> Your task: Only lines that contain the word "IFCSIUNIT" are to be returned from the data below.

[Stored records]

════════════════

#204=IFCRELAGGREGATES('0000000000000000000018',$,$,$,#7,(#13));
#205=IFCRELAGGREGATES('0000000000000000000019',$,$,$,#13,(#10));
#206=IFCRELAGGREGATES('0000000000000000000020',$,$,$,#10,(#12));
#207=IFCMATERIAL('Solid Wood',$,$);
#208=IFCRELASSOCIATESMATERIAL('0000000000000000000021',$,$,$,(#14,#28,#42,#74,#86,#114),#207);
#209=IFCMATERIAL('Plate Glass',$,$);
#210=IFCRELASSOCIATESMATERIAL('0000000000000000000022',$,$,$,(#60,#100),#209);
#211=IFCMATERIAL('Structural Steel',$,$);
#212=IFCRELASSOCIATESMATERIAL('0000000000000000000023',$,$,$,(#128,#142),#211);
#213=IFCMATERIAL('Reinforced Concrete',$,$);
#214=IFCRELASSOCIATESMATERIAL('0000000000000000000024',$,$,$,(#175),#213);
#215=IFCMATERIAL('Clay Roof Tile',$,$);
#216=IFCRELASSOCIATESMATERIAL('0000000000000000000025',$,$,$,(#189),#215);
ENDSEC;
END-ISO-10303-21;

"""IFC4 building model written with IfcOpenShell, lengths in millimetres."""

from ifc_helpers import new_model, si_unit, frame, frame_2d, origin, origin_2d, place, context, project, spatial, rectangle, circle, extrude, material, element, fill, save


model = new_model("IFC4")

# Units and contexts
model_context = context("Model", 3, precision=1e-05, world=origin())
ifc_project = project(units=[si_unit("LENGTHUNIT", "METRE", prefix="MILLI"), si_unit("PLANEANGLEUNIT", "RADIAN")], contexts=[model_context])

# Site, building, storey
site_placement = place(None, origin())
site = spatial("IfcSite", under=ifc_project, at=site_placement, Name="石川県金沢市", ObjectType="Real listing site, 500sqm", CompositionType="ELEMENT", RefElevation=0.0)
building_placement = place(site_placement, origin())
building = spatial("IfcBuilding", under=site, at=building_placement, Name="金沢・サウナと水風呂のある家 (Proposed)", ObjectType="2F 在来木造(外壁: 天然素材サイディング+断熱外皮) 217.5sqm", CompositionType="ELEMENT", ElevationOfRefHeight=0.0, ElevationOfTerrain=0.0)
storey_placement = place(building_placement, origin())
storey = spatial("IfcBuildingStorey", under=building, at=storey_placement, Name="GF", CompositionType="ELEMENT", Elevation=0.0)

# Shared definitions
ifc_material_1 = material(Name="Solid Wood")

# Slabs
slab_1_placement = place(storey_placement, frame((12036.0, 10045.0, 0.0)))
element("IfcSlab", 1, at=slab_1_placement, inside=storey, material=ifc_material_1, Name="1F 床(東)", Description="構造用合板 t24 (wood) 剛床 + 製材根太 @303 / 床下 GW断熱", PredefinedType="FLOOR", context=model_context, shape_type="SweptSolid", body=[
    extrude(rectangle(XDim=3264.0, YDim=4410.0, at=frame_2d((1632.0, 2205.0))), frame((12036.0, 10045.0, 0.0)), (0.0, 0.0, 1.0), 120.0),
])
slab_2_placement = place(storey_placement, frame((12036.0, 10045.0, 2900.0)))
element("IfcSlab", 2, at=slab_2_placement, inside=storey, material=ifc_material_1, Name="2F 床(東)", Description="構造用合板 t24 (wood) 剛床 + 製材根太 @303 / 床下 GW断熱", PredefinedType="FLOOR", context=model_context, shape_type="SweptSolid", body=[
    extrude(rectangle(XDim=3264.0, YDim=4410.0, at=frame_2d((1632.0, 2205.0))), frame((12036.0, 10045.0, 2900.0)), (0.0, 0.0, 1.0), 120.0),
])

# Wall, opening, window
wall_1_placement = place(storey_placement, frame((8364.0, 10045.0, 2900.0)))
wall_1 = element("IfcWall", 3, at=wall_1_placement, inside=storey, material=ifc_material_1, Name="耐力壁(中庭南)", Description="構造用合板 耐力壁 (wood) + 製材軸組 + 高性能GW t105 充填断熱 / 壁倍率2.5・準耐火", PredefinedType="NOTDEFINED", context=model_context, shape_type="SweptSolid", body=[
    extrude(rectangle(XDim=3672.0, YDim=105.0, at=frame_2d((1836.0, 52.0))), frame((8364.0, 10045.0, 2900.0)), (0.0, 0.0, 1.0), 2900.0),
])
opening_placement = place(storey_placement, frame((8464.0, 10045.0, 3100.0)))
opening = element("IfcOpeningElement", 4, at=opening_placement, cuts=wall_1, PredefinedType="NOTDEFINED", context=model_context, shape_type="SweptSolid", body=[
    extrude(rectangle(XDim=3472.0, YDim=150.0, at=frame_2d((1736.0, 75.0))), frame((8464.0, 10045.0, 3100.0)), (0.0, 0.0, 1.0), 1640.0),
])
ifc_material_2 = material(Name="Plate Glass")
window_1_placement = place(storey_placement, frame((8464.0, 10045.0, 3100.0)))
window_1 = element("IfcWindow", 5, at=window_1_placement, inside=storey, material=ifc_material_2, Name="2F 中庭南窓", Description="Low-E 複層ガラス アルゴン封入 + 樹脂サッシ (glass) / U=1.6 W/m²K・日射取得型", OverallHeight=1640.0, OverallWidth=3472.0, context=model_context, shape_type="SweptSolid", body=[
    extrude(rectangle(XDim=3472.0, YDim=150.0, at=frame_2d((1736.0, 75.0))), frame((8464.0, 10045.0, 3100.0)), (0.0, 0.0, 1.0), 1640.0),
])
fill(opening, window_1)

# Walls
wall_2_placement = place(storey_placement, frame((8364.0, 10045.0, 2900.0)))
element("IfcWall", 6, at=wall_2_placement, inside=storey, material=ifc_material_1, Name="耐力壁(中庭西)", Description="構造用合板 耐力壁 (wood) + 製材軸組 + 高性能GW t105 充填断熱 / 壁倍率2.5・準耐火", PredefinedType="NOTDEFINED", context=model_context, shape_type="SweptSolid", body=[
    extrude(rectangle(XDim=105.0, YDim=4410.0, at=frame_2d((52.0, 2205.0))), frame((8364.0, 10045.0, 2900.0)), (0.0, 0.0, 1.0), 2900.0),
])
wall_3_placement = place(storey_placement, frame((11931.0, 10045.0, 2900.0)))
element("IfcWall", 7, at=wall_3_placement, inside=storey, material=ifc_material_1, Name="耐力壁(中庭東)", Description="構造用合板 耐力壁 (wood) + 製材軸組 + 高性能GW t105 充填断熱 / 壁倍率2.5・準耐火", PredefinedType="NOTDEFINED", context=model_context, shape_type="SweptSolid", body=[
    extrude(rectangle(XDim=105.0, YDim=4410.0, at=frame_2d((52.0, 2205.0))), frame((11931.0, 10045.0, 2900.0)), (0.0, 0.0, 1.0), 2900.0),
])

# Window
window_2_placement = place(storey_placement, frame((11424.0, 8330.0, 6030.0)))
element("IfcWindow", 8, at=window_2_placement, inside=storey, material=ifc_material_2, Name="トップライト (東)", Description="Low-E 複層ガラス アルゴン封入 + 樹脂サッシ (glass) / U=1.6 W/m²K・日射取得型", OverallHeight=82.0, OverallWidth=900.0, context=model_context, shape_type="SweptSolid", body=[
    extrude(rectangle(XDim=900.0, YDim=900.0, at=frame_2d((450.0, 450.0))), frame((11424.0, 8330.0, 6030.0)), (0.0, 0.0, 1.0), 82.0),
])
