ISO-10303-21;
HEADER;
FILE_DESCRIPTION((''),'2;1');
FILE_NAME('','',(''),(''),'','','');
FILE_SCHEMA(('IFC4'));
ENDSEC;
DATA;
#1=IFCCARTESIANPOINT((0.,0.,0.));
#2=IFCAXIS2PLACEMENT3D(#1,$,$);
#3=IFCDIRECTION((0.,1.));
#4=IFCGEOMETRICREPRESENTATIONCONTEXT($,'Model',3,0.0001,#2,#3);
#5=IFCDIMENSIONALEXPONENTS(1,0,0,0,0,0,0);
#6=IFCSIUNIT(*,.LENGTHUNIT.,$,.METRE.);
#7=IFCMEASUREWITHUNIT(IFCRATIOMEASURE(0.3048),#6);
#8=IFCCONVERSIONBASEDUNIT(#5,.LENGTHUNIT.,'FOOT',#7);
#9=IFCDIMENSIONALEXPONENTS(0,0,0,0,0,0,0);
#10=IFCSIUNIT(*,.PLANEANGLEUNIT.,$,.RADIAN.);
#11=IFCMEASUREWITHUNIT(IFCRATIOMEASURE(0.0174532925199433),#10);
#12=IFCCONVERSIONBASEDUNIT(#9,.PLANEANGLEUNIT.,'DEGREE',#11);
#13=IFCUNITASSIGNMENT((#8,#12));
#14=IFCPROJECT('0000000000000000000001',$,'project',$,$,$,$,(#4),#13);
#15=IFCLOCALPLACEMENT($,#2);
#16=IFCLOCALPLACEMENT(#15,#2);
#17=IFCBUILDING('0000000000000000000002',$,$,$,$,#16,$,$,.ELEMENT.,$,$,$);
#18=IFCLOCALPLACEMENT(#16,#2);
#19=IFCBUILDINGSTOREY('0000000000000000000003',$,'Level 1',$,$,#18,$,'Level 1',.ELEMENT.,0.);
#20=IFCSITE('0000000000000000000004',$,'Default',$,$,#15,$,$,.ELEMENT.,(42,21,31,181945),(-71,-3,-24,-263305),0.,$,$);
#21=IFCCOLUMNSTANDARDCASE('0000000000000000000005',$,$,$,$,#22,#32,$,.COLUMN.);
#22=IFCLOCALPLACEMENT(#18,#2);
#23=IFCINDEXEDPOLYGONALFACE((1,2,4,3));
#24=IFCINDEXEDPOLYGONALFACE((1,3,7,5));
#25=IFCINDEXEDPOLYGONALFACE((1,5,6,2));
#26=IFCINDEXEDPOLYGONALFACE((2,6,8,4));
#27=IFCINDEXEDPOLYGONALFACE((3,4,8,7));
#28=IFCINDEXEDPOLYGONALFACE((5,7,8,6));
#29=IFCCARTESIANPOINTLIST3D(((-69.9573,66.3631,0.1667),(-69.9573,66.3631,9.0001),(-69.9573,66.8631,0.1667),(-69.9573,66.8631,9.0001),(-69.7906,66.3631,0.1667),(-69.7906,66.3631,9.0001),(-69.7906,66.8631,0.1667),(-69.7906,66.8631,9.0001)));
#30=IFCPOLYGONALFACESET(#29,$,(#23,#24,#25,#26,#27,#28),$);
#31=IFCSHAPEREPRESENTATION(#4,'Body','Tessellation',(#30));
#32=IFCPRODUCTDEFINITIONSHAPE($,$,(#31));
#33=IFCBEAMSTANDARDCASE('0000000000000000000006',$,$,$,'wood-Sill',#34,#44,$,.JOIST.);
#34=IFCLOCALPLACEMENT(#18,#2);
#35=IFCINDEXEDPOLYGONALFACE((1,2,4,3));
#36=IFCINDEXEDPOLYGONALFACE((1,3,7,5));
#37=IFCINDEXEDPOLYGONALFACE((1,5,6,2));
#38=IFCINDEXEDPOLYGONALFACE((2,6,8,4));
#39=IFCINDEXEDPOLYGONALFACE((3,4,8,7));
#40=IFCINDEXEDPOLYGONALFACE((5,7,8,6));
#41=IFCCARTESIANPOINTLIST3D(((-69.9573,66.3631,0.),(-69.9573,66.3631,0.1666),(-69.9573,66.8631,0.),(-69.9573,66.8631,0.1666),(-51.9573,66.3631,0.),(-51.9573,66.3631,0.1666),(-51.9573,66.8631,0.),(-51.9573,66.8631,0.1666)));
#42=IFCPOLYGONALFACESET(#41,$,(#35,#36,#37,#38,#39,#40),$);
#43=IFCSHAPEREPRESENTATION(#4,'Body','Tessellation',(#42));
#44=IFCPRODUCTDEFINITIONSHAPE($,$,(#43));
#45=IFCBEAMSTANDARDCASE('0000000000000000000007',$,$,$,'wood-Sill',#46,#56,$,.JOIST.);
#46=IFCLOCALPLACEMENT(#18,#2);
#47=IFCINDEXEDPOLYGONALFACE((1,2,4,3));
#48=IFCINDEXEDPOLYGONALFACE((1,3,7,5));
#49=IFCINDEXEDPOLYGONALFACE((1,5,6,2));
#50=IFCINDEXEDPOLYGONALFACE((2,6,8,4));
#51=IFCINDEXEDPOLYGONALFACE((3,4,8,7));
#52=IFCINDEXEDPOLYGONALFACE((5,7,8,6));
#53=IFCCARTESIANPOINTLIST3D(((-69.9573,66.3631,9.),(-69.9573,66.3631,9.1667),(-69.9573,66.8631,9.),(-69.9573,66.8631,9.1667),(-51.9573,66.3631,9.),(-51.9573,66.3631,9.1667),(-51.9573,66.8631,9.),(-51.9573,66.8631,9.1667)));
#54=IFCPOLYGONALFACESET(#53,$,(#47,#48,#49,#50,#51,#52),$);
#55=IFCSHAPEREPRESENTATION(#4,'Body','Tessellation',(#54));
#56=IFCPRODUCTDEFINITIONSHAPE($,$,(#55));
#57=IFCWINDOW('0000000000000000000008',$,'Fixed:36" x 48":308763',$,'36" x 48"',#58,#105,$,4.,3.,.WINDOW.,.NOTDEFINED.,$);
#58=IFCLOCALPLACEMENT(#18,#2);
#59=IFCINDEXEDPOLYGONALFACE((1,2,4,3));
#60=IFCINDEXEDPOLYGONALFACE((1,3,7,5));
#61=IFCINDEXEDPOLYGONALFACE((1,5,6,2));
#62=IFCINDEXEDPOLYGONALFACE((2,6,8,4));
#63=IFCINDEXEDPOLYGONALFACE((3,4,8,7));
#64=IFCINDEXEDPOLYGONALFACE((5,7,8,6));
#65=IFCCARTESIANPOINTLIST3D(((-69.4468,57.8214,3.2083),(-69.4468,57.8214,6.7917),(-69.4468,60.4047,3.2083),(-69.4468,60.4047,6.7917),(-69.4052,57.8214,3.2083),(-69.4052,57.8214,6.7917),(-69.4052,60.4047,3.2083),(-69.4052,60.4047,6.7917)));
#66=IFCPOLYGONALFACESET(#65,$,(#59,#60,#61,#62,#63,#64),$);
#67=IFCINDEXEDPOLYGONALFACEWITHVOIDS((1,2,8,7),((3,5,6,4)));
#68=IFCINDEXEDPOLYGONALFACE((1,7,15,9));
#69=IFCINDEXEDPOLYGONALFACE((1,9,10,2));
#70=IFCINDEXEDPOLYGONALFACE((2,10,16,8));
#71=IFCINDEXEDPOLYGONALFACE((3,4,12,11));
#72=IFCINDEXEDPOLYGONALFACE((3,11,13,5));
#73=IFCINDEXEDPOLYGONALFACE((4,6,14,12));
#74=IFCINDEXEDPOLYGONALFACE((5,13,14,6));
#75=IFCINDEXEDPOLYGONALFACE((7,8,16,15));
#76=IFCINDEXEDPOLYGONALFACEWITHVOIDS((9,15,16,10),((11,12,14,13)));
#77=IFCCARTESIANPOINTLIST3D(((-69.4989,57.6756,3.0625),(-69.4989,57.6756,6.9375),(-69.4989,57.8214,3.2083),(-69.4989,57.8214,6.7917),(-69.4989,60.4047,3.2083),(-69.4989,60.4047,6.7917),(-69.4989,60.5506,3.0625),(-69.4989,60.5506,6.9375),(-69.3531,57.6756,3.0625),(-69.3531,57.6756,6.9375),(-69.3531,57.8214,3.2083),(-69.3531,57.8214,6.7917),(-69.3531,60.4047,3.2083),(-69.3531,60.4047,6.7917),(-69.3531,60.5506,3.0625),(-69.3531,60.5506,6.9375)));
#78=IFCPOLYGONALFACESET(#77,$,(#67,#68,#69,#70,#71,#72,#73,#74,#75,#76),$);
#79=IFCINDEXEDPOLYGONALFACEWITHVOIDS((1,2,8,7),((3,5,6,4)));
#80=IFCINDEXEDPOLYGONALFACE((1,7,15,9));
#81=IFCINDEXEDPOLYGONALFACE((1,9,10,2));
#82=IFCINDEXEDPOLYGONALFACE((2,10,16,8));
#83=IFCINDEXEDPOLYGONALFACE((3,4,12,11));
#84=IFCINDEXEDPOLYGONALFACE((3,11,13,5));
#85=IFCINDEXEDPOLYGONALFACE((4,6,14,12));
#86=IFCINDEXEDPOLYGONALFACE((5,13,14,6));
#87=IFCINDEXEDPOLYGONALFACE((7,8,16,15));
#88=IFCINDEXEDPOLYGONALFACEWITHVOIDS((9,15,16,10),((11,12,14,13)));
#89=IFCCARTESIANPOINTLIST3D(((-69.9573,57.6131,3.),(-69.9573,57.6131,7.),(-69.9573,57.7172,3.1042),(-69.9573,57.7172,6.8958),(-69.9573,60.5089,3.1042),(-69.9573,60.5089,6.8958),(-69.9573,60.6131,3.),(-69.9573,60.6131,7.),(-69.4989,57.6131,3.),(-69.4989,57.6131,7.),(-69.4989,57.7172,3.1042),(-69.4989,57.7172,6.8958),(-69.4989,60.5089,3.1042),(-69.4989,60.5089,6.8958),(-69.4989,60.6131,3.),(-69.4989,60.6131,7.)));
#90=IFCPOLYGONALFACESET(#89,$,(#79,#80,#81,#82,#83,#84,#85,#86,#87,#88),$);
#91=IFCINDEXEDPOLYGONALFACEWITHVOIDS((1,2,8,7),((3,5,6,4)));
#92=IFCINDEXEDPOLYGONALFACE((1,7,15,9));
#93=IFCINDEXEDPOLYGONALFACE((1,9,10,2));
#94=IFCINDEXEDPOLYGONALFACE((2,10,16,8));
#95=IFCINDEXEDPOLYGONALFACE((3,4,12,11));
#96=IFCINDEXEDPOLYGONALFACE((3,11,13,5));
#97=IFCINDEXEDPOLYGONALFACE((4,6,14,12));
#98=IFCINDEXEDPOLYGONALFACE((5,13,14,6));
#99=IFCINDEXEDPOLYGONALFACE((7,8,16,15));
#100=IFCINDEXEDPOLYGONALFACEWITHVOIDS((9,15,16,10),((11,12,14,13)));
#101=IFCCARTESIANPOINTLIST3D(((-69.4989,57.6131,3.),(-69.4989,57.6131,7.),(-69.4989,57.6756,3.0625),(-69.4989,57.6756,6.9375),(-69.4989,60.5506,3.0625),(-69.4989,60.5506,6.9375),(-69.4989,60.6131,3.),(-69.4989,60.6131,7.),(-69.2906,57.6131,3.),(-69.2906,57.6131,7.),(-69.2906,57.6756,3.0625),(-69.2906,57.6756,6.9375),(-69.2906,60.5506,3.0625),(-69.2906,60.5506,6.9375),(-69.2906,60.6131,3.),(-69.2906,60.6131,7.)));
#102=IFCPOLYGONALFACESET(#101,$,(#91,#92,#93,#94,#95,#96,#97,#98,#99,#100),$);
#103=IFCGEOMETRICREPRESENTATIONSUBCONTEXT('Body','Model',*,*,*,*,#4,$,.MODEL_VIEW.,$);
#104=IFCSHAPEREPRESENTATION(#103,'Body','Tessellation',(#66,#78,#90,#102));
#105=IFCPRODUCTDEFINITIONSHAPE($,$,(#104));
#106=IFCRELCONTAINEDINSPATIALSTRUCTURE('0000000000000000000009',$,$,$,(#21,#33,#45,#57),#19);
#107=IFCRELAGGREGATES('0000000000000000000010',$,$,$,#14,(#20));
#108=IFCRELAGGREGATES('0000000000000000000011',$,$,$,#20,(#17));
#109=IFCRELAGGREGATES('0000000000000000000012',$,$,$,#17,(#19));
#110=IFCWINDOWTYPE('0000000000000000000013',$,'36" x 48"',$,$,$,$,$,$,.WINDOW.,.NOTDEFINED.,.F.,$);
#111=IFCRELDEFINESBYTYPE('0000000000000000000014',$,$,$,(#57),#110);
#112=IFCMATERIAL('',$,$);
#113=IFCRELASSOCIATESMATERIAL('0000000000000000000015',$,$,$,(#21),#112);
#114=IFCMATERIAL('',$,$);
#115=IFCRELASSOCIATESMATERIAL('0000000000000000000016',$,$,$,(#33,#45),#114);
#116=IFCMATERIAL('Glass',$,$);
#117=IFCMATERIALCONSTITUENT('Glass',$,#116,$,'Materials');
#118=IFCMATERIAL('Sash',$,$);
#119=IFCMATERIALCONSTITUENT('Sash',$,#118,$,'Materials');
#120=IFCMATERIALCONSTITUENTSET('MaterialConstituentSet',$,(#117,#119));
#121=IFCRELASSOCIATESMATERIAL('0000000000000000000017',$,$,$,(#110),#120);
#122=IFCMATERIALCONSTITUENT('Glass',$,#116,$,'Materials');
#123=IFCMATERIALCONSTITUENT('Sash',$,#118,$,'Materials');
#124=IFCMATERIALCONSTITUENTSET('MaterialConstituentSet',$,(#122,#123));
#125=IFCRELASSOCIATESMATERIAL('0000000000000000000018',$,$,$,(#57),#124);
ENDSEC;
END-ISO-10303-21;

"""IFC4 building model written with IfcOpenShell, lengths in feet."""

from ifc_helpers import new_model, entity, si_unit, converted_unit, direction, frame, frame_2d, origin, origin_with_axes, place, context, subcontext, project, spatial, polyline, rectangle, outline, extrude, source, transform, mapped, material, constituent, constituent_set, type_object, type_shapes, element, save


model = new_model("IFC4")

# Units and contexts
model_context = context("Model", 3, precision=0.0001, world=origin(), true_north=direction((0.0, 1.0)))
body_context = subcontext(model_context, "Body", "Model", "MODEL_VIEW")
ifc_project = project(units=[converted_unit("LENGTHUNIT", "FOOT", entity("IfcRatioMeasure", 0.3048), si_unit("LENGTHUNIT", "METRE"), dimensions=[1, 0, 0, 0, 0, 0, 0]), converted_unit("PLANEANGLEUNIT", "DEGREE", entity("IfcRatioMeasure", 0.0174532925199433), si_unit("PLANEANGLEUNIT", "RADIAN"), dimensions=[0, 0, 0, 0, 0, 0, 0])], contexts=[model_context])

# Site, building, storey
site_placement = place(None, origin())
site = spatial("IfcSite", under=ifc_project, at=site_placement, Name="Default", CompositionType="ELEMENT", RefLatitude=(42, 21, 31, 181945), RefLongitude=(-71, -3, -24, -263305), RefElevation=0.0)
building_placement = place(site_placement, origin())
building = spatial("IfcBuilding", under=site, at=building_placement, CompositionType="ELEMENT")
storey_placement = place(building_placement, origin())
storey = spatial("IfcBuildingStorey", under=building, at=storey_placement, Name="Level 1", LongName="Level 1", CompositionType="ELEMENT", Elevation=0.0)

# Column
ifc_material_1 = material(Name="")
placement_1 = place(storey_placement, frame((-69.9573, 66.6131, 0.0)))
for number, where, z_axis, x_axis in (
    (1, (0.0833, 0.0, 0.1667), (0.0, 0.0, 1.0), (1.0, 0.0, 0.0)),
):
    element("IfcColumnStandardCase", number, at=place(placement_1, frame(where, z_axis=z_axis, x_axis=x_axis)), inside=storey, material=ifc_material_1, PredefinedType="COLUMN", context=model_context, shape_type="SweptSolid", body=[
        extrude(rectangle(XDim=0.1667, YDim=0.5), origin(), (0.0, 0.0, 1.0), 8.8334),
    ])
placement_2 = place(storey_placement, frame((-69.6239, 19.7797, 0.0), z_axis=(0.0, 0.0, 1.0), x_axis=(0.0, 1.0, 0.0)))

════════════════

> Answer to this problem:
#6=IFCSIUNIT(*,.LENGTHUNIT.,$,.METRE.);
#10=IFCSIUNIT(*,.PLANEANGLEUNIT.,$,.RADIAN.);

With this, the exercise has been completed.